• [REQUIREMENT] Transcribe all records exactly.

(Collected data entries)
=-=-=

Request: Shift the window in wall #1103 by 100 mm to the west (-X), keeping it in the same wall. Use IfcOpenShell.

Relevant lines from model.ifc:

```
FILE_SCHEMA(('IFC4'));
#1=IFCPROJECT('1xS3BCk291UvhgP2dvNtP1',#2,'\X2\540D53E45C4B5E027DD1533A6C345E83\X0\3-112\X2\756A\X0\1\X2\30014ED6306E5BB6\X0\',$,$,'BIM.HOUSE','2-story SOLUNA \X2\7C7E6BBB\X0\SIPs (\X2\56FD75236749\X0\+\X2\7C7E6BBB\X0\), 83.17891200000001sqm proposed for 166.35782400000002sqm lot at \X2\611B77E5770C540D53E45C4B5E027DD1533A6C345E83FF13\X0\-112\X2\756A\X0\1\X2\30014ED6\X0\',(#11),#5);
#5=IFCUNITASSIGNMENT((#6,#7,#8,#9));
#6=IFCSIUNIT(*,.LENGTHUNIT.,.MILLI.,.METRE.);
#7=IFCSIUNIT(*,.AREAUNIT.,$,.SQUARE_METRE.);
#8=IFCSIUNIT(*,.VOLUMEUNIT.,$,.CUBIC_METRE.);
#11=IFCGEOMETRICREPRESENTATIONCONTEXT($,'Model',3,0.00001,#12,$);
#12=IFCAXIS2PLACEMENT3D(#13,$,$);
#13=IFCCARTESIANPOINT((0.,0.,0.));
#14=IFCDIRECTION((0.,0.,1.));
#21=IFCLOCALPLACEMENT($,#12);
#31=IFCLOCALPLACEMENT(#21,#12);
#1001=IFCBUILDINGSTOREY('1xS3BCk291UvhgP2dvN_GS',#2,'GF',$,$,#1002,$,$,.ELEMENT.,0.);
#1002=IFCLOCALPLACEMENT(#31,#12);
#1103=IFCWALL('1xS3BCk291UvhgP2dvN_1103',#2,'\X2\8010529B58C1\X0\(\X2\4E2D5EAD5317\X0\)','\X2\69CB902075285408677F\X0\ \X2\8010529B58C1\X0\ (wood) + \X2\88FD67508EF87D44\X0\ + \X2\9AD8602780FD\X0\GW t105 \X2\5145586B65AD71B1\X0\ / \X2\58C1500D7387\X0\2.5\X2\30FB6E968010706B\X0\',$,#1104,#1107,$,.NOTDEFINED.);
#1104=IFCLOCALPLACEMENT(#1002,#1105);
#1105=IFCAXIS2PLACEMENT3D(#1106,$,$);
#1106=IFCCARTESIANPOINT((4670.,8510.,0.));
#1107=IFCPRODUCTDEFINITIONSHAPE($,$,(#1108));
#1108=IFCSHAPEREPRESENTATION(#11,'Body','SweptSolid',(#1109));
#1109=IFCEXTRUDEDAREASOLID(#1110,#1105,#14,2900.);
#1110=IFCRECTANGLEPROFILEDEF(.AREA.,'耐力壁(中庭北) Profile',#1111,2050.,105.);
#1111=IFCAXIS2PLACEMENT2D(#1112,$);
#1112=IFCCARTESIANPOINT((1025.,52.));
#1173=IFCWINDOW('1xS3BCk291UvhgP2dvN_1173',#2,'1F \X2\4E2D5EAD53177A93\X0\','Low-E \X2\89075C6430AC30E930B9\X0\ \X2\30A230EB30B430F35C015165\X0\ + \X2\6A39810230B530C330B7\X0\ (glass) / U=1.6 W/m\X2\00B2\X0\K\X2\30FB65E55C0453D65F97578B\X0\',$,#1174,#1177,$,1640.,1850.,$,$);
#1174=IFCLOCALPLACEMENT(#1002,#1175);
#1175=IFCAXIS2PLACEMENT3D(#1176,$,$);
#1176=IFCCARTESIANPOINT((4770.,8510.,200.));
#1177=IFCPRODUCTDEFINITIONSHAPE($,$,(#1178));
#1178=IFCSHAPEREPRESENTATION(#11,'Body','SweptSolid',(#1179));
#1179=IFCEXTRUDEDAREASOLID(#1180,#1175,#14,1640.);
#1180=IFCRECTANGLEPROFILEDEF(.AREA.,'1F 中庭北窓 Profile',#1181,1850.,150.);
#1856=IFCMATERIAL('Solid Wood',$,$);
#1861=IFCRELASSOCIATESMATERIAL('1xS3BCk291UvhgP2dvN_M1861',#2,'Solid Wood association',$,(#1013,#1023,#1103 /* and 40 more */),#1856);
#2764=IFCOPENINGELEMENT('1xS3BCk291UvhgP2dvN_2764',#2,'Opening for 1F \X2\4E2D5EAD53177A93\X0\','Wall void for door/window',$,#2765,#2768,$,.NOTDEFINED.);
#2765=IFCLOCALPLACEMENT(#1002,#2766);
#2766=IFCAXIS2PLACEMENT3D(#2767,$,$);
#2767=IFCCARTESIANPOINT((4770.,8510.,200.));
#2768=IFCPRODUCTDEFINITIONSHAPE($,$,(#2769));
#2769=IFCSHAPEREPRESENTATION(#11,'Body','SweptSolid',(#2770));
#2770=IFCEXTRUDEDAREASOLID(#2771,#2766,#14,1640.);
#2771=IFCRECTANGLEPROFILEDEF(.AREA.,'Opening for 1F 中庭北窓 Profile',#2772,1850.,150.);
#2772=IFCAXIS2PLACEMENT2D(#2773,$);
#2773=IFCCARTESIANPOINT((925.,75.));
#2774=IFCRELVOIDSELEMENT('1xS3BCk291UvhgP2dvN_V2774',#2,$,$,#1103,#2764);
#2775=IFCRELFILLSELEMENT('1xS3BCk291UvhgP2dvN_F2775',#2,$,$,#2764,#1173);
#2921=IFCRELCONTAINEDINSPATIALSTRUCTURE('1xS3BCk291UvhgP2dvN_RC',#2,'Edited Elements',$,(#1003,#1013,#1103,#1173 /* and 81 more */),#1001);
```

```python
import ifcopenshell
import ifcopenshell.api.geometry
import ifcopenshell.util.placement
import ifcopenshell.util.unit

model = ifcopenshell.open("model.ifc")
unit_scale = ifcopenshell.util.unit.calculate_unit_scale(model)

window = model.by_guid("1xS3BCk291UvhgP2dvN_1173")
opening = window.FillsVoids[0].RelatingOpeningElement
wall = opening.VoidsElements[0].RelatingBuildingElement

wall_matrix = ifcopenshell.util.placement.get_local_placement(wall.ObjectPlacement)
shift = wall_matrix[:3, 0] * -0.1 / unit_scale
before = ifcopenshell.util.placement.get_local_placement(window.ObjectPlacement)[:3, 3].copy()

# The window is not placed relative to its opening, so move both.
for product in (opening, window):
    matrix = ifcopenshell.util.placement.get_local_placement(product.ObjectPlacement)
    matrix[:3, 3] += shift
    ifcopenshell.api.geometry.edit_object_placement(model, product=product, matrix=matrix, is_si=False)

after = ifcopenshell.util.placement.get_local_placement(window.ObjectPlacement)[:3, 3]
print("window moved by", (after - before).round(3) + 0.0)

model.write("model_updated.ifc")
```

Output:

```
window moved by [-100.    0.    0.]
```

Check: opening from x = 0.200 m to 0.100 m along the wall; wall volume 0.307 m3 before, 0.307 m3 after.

=-=-=

• [EXERCISE SOLUTION]
Request: Shift the window in wall #1103 by 100 mm to the west (-X), keeping it in the same wall. Use IfcOpenShell.

Relevant lines from model.ifc:

```
FILE_SCHEMA(('IFC4'));
#1=IFCPROJECT('1xS3BCk291UvhgP2dvNtP1',#2,'\X2\540D53E45C4B5E027DD1533A6C345E83\X0\3-112\X2\756A\X0\1\X2\30014ED6306E5BB6\X0\',$,$,'BIM.HOUSE','2-story SOLUNA \X2\7C7E6BBB\X0\SIPs (\X2\56FD75236749\X0\+\X2\7C7E6BBB\X0\), 83.17891200000001sqm proposed for 166.35782400000002sqm lot at \X2\611B77E5770C540D53E45C4B5E027DD1533A6C345E83FF13\X0\-112\X2\756A\X0\1\X2\30014ED6\X0\',(#11),#5);
#5=IFCUNITASSIGNMENT((#6,#7,#8,#9));
#6=IFCSIUNIT(*,.LENGTHUNIT.,.MILLI.,.METRE.);
#7=IFCSIUNIT(*,.AREAUNIT.,$,.SQUARE_METRE.);
#8=IFCSIUNIT(*,.VOLUMEUNIT.,$,.CUBIC_METRE.);
#11=IFCGEOMETRICREPRESENTATIONCONTEXT($,'Model',3,0.00001,#12,$);
#12=IFCAXIS2PLACEMENT3D(#13,$,$);
#13=IFCCARTESIANPOINT((0.,0.,0.));
#14=IFCDIRECTION((0.,0.,1.));
#21=IFCLOCALPLACEMENT($,#12);
#31=IFCLOCALPLACEMENT(#21,#12);
#1001=IFCBUILDINGSTOREY('1xS3BCk291UvhgP2dvN_GS',#2,'GF',$,$,#1002,$,$,.ELEMENT.,0.);
#1002=IFCLOCALPLACEMENT(#31,#12);
#1103=IFCWALL('1xS3BCk291UvhgP2dvN_1103',#2,'\X2\8010529B58C1\X0\(\X2\4E2D5EAD5317\X0\)','\X2\69CB902075285408677F\X0\ \X2\8010529B58C1\X0\ (wood) + \X2\88FD67508EF87D44\X0\ + \X2\9AD8602780FD\X0\GW t105 \X2\5145586B65AD71B1\X0\ / \X2\58C1500D7387\X0\2.5\X2\30FB6E968010706B\X0\',$,#1104,#1107,$,.NOTDEFINED.);
#1104=IFCLOCALPLACEMENT(#1002,#1105);
#1105=IFCAXIS2PLACEMENT3D(#1106,$,$);
#1106=IFCCARTESIANPOINT((4670.,8510.,0.));
#1107=IFCPRODUCTDEFINITIONSHAPE($,$,(#1108));
#1108=IFCSHAPEREPRESENTATION(#11,'Body','SweptSolid',(#1109));
#1109=IFCEXTRUDEDAREASOLID(#1110,#1105,#14,2900.);
#1110=IFCRECTANGLEPROFILEDEF(.AREA.,'耐力壁(中庭北) Profile',#1111,2050.,105.);
#1111=IFCAXIS2PLACEMENT2D(#1112,$);
#1112=IFCCARTESIANPOINT((1025.,52.));
#1173=IFCWINDOW('1xS3BCk291UvhgP2dvN_1173',#2,'1F \X2\4E2D5EAD53177A93\X0\','Low-E \X2\89075C6430AC30E930B9\X0\ \X2\30A230EB30B430F35C015165\X0\ + \X2\6A39810230B530C330B7\X0\ (glass) / U=1.6 W/m\X2\00B2\X0\K\X2\30FB65E55C0453D65F97578B\X0\',$,#1174,#1177,$,1640.,1850.,$,$);
#1174=IFCLOCALPLACEMENT(#1002,#1175);
#1175=IFCAXIS2PLACEMENT3D(#1176,$,$);
#1176=IFCCARTESIANPOINT((4770.,8510.,200.));
#1177=IFCPRODUCTDEFINITIONSHAPE($,$,(#1178));
#1178=IFCSHAPEREPRESENTATION(#11,'Body','SweptSolid',(#1179));
#1179=IFCEXTRUDEDAREASOLID(#1180,#1175,#14,1640.);
#1180=IFCRECTANGLEPROFILEDEF(.AREA.,'1F 中庭北窓 Profile',#1181,1850.,150.);
#1856=IFCMATERIAL('Solid Wood',$,$);
#1861=IFCRELASSOCIATESMATERIAL('1xS3BCk291UvhgP2dvN_M1861',#2,'Solid Wood association',$,(#1013,#1023,#1103 /* and 40 more */),#1856);
#2764=IFCOPENINGELEMENT('1xS3BCk291UvhgP2dvN_2764',#2,'Opening for 1F \X2\4E2D5EAD53177A93\X0\','Wall void for door/window',$,#2765,#2768,$,.NOTDEFINED.);
#2765=IFCLOCALPLACEMENT(#1002,#2766);
#2766=IFCAXIS2PLACEMENT3D(#2767,$,$);
#2767=IFCCARTESIANPOINT((4770.,8510.,200.));
#2768=IFCPRODUCTDEFINITIONSHAPE($,$,(#2769));
#2769=IFCSHAPEREPRESENTATION(#11,'Body','SweptSolid',(#2770));
#2770=IFCEXTRUDEDAREASOLID(#2771,#2766,#14,1640.);
#2771=IFCRECTANGLEPROFILEDEF(.AREA.,'Opening for 1F 中庭北窓 Profile',#2772,1850.,150.);
#2772=IFCAXIS2PLACEMENT2D(#2773,$);
#2773=IFCCARTESIANPOINT((925.,75.));
#2774=IFCRELVOIDSELEMENT('1xS3BCk291UvhgP2dvN_V2774',#2,$,$,#1103,#2764);
#2775=IFCRELFILLSELEMENT('1xS3BCk291UvhgP2dvN_F2775',#2,$,$,#2764,#1173);
#2921=IFCRELCONTAINEDINSPATIALSTRUCTURE('1xS3BCk291UvhgP2dvN_RC',#2,'Edited Elements',$,(#1003,#1013,#1103,#1173 /* and 81 more */),#1001);
```

```python
import ifcopenshell
import ifcopenshell.api.geometry
import ifcopenshell.util.placement
import ifcopenshell.util.unit

model = ifcopenshell.open("model.ifc")
unit_scale = ifcopenshell.util.unit.calculate_unit_scale(model)

window = model.by_guid("1xS3BCk291UvhgP2dvN_1173")
opening = window.FillsVoids[0].RelatingOpeningElement
wall = opening.VoidsElements[0].RelatingBuildingElement

wall_matrix = ifcopenshell.util.placement.get_local_placement(wall.ObjectPlacement)
shift = wall_matrix[:3, 0] * -0.1 / unit_scale
before = ifcopenshell.util.placement.get_local_placement(window.ObjectPlacement)[:3, 3].copy()

# The window is not placed relative to its opening, so move both.
for product in (opening, window):
    matrix = ifcopenshell.util.placement.get_local_placement(product.ObjectPlacement)
    matrix[:3, 3] += shift
    ifcopenshell.api.geometry.edit_object_placement(model, product=product, matrix=matrix, is_si=False)

after = ifcopenshell.util.placement.get_local_placement(window.ObjectPlacement)[:3, 3]
print("window moved by", (after - before).round(3) + 0.0)

model.write("model_updated.ifc")
```

Output:

```
window moved by [-100.    0.    0.]
```

Check: opening from x = 0.200 m to 0.100 m along the wall; wall volume 0.307 m3 before, 0.307 m3 after.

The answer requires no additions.